今回紹介するのはクエンティン・タランティーノの「 パルプ・フィクション 」です。
本作はカルト的大ヒットを記録し、批評家からも高評価を受けタランティーノを世界的映画監督に押し上げました。
時間軸をシャッフルした斬新なストーリー構成と独自の音楽センスは見るものを魅了し、未だ根強いファンを生み続けています。
パルプ・フィクション

あらすじ
レストランにて強盗を企てるカップルがいた。一方、盗まれたスーツケースを取り戻しに行くギャングのヴィンセントとジュールス。その道中でヴィンセントは相棒のジュールスにボスが留守にしている間、妻のミアの世話係を頼まれていると話す。そのまた一方では八百長試合により大金を手にしたボクサーは裏切ったギャングのボスから逃げるため恋人と荷造りをしていたが…。
原題
Pulp Fiction
公開日
1994年10月8日
上映時間
154分
予告編
キャスト
- クエンティン・タランティーノ(監督)
- ジョン・トラボルタ
- サミュエル・L・ジャクソン
- ユマ・サーマン
- ティム・ロス
- アマンダ・プラマー
- エリック・ストルツ
- ロザンナ・アークエット
- ヴィング・レイムス
- マリア・デ・メディロス
- ハーヴェイ・カイテル
- クリストファー・ウォーケン
- ブルース・ウィリス
作品評価
- 映像
- 脚本
- キャスト
- 音楽
- リピート度
- グロ度
- 総合評価
考察レビュー

前作レザボア・ドッグスでカルト的ヒットを記録したタランティーノはもっと大衆に受けるため、エンターテイメント性及び笑いどころが必要だと考えました。
前作のヒットで資金も手に入れたタランティーノは、新たな脚本を執筆。
制作当時、誰もこの意味不明な脚本にお金を出さなかった中、ミラマックスはタランティーノに賭けた。
後にミラマックスは、ディズニーに買収され公開当時「 ディズニーで最も暴力的な映画 」と言われました。
僕自身、好きな映画の話になると必ずこの映画の名前を出すくらい大好きな映画です。
もはや説明不要の大名作「 パルプ・フィクション 」ですが、この映画を見た何割かの人は「 わかんなかった 」というリアクションが見受けられます。
よくよく考えてみれば、「 そりゃそういう人もいるか 」と思います。
そう思う理由は
- 明確なストーリーがない
- 会話劇が多いが、物語と関係ない話が多い
恐らく↑が映画に慣れてない人が「 ん? 」となってしまう要因かと思われます。
世の中、映画でも音楽でもお笑いでも一度で理解できない名作はたくさんあります。
この映画は何度も見る価値は十二分にあります。
理由①の「 明確なストーリーがない 」について、元々パルプ・フィクションとは(冒頭に説明もありますが)安っぽい・質の悪い小説を意味します。
アメリカではくだらない話を誰かがすると「 今の話、パルプ・フィクションだな 」というくらい安っぽい、くだらない話という意味です。
実際、ストーリーだけを考えると他の映画に比べて全然大したことないのは否めません。
でも、この映画の凄さはそんな安っぽいストーリーもタランティーノの構成、編集、音楽でここまでオシャレで面白く仕上げたのは脱帽でしかありません。
理由②の「 会話劇が多いが、物語と関係ない話が多い 」について。
この映画は150分もあり、そのほとんどのシーンで誰かが喋っており、それは物語と関係ない無駄話が多く「 一生懸命聞いたのに最後までなんも関係なかったじゃねえか! 」
となる人がいるようで、中々進まないストーリーに退屈を感じてしまう人がいるようです。
基本的にタランティーノ映画は娯楽作品であり、メッセージ性やリアリティなど追及していない物がほとんどです。
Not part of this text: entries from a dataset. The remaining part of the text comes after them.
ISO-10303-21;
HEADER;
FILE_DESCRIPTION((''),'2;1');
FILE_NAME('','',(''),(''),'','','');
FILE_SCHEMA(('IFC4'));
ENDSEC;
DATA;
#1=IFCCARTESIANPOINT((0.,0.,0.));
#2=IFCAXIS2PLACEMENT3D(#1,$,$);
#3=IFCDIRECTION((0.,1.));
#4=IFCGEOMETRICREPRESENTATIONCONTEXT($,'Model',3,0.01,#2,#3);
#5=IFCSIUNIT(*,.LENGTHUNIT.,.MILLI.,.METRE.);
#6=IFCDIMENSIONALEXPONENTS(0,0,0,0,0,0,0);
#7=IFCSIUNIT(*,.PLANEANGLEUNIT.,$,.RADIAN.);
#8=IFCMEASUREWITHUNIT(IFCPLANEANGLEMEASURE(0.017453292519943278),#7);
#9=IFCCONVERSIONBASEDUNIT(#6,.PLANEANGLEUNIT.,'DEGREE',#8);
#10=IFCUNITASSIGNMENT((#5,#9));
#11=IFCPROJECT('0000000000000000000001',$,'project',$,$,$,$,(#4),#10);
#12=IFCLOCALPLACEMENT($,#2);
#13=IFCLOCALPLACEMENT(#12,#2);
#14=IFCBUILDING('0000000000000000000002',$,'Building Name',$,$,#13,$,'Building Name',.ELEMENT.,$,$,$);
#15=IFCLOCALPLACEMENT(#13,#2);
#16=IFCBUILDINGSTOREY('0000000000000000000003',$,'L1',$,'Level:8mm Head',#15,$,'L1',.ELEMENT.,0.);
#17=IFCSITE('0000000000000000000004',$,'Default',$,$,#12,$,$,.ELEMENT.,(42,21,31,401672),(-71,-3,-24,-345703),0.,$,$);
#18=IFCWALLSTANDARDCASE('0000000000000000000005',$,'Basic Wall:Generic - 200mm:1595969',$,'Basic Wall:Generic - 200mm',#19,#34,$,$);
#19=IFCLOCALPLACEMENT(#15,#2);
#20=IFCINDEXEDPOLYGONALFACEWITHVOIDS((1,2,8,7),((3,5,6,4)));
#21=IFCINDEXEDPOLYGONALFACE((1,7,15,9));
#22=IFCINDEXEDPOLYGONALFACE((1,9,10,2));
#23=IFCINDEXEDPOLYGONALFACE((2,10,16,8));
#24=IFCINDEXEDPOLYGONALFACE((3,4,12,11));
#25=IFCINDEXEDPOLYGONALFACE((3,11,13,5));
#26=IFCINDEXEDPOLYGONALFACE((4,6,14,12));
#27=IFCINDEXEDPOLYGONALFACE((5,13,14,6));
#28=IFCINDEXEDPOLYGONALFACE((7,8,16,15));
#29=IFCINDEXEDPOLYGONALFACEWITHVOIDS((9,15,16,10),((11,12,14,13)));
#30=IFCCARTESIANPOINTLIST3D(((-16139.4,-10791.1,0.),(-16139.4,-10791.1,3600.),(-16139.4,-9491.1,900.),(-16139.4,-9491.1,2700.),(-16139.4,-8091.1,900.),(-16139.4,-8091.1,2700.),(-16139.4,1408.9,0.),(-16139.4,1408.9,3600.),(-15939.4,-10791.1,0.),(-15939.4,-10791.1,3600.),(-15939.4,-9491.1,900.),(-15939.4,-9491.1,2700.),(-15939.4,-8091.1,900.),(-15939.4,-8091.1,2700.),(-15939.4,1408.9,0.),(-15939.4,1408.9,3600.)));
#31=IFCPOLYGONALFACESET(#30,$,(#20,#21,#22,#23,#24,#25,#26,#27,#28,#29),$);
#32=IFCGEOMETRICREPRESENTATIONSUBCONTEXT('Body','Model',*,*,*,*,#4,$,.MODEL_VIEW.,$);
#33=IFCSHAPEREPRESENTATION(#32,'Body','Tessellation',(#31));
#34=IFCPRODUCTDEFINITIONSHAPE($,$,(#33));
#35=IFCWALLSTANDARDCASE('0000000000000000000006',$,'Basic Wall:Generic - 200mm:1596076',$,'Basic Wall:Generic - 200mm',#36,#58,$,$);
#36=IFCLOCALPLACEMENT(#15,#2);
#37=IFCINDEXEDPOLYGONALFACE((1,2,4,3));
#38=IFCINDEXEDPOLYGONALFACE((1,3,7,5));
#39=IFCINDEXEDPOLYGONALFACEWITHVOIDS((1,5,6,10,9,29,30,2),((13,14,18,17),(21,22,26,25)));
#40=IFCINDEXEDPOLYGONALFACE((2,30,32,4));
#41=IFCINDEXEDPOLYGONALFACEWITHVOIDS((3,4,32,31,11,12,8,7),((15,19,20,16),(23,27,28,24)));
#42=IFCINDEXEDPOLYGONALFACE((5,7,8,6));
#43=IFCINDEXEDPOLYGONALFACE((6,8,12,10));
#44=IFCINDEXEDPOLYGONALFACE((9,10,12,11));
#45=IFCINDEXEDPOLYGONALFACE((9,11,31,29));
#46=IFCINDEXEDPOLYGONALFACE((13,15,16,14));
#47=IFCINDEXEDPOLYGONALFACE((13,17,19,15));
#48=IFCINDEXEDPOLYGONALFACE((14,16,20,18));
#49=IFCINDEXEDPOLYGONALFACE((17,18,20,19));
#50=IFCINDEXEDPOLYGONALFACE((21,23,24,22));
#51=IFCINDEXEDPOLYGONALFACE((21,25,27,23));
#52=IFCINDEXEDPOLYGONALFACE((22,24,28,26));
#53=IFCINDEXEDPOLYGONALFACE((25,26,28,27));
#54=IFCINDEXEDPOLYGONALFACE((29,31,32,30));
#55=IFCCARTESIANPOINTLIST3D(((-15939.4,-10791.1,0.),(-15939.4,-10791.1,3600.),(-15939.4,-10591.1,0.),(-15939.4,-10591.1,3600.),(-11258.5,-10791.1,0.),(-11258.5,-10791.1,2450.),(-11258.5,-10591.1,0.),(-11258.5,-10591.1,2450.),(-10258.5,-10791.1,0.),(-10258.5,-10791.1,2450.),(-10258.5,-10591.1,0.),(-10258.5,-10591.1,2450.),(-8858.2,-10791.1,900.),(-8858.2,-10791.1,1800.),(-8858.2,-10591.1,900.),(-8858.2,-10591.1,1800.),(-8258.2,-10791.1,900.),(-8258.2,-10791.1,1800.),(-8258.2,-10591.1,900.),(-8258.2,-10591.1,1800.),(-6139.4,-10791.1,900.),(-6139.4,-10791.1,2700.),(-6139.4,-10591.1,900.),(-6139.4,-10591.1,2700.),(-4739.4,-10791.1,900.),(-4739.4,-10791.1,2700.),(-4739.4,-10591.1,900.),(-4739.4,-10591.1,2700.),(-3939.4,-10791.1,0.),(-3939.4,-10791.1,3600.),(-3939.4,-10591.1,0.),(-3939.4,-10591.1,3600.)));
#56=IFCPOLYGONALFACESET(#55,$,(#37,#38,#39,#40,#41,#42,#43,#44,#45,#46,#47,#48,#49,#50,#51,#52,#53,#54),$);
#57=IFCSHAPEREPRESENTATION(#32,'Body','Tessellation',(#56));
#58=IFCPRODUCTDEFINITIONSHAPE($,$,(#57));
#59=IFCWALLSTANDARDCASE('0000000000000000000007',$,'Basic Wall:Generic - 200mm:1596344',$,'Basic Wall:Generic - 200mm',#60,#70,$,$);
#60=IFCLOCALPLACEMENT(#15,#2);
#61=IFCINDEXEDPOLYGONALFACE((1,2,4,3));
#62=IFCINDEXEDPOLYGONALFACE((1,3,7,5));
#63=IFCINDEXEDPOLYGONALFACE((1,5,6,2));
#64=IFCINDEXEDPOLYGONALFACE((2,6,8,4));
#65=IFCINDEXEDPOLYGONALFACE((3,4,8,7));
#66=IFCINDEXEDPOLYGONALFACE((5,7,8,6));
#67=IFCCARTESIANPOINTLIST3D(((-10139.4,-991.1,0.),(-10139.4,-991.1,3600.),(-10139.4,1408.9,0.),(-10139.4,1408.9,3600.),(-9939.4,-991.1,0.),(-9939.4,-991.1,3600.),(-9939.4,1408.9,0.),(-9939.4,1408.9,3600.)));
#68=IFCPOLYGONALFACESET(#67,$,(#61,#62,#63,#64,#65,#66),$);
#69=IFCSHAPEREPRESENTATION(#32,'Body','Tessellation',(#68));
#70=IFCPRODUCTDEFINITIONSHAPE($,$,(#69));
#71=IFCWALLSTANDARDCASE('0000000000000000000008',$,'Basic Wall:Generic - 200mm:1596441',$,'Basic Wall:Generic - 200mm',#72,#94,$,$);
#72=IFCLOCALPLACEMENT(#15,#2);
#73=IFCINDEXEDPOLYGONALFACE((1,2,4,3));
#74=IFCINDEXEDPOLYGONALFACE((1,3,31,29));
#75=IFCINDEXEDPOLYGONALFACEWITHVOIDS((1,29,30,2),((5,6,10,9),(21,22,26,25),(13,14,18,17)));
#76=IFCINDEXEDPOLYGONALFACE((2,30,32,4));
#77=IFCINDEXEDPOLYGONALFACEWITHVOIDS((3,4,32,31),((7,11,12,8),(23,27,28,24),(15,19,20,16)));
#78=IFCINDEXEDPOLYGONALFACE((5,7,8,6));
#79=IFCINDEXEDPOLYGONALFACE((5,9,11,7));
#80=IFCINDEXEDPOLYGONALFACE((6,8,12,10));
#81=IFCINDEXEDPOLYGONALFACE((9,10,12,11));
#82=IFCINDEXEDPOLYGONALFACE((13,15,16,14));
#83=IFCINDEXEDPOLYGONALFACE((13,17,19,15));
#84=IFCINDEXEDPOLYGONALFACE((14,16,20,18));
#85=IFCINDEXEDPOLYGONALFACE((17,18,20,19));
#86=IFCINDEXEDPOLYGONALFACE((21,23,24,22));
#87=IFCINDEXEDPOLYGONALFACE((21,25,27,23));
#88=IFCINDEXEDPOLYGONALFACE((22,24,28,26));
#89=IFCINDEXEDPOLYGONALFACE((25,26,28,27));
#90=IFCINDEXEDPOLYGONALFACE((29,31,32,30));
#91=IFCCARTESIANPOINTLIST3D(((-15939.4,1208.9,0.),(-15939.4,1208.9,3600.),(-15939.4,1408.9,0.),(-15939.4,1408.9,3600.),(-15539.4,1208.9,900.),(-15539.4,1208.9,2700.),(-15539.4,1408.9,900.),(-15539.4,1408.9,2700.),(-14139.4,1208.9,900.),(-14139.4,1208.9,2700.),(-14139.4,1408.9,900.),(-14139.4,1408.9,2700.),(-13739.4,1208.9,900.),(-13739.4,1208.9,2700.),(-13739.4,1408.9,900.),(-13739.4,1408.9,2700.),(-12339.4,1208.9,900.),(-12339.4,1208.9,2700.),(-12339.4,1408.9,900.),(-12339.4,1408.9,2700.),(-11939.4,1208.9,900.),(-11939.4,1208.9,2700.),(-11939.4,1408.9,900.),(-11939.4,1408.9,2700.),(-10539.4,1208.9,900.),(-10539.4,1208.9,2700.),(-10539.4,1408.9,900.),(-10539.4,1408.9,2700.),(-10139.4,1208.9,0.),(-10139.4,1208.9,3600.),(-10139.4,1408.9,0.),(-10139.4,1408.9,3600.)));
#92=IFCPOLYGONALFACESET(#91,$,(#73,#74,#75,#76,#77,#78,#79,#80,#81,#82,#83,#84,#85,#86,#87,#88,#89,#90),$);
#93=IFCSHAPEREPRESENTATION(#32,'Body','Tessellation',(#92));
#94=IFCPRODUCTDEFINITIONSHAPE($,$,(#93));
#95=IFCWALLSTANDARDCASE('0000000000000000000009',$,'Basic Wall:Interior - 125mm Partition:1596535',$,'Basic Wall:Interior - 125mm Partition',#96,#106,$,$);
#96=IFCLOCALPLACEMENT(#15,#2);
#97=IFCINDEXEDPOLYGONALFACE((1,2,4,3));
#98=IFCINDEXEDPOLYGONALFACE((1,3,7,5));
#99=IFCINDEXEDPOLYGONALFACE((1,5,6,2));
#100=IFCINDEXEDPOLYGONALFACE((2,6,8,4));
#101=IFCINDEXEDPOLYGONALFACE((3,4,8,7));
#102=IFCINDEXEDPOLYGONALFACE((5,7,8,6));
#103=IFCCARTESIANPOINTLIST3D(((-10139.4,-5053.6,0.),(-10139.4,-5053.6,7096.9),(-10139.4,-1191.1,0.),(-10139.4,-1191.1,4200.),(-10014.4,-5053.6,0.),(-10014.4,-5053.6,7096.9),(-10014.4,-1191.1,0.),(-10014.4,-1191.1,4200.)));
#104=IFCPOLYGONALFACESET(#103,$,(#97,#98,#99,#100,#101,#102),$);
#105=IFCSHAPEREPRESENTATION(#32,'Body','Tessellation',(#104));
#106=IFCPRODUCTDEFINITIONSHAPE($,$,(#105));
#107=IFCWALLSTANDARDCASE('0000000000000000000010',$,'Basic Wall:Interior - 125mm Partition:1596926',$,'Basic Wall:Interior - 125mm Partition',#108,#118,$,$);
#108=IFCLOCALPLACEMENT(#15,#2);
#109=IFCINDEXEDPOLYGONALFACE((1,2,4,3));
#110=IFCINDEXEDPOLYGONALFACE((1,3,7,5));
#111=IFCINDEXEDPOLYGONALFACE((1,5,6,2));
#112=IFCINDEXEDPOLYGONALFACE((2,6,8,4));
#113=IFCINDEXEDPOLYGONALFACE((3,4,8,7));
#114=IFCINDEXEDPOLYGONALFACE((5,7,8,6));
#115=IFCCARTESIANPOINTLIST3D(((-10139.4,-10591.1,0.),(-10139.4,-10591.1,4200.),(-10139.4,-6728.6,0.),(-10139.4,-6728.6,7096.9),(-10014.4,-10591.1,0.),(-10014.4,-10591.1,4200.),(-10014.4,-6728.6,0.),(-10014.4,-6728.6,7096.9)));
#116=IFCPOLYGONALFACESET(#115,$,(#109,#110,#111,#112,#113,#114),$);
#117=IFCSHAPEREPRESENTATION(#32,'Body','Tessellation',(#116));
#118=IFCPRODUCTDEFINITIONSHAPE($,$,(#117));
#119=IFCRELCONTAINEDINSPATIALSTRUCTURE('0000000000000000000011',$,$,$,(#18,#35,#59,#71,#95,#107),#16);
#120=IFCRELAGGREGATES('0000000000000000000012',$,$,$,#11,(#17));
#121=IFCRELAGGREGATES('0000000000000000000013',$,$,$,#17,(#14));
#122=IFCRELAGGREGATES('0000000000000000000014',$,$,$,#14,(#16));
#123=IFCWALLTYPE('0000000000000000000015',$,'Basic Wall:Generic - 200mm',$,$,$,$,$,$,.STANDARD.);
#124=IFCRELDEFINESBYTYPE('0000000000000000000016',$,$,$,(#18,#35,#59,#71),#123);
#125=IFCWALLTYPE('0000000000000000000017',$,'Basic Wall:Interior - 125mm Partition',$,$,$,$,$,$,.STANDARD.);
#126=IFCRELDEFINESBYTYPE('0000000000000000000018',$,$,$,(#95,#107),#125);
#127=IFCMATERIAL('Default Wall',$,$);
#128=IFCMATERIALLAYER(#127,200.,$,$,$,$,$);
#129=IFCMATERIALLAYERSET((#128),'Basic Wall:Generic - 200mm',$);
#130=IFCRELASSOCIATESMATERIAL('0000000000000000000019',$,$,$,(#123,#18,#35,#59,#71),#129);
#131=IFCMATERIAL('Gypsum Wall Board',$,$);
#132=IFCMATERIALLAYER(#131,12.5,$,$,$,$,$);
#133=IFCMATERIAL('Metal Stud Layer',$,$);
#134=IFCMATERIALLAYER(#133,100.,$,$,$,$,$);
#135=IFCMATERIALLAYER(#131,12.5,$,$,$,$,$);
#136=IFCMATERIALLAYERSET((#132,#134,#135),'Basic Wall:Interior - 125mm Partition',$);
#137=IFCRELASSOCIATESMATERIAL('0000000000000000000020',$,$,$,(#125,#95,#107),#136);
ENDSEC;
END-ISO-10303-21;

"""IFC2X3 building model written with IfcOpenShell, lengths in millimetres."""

from ifc_helpers import new_model, entity, si_unit, converted_unit, direction, frame, frame_2d, origin, place, context, subcontext, project, spatial, polyline, rectangle, extrude, clip, bounded_halfspace, material, layer, layer_set, layer_usage, type_object, element, save


model = new_model("IFC2X3")

# Units and contexts
model_context = context("Model", 3, precision=0.01, world=origin(), true_north=direction((0.0, 1.0)))
body_context = subcontext(model_context, "Body", "Model", "MODEL_VIEW")
ifc_project = project(units=[si_unit("LENGTHUNIT", "METRE", prefix="MILLI"), converted_unit("PLANEANGLEUNIT", "DEGREE", entity("IfcPlaneAngleMeasure", 0.017453292519943278), si_unit("PLANEANGLEUNIT", "RADIAN"), dimensions=[0, 0, 0, 0, 0, 0, 0])], contexts=[model_context])

# Site, building, storey
site_placement = place(None, origin())
site = spatial("IfcSite", under=ifc_project, at=site_placement, Name="Default", CompositionType="ELEMENT", RefLatitude=(42, 21, 31, 401672), RefLongitude=(-71, -3, -24, -345703), RefElevation=0.0)
building_placement = place(site_placement, origin())
building = spatial("IfcBuilding", under=site, at=building_placement, Name="Building Name", LongName="Building Name", CompositionType="ELEMENT")
storey_placement = place(building_placement, origin())
storey = spatial("IfcBuildingStorey", under=building, at=storey_placement, Name="L1", ObjectType="Level:8mm Head", LongName="L1", CompositionType="ELEMENT", Elevation=0.0)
(決してディスってはいません笑)
タランティーノは、リアリティよりも面白くカッコよければ何でもいいという思考の持ち主なので、肩の力を抜いて登場人物の会話を聞いていれば、この会話はとても楽しく感じると思います。
本作は時間軸をシャッフルさせたオムニバス形式となっており、目まぐるしくシーンが変わるので、家で家事などをしながらの鑑賞には向きません。
なるべく映画に集中できる環境で、いい音響・スピーカーで鑑賞することをおススメします。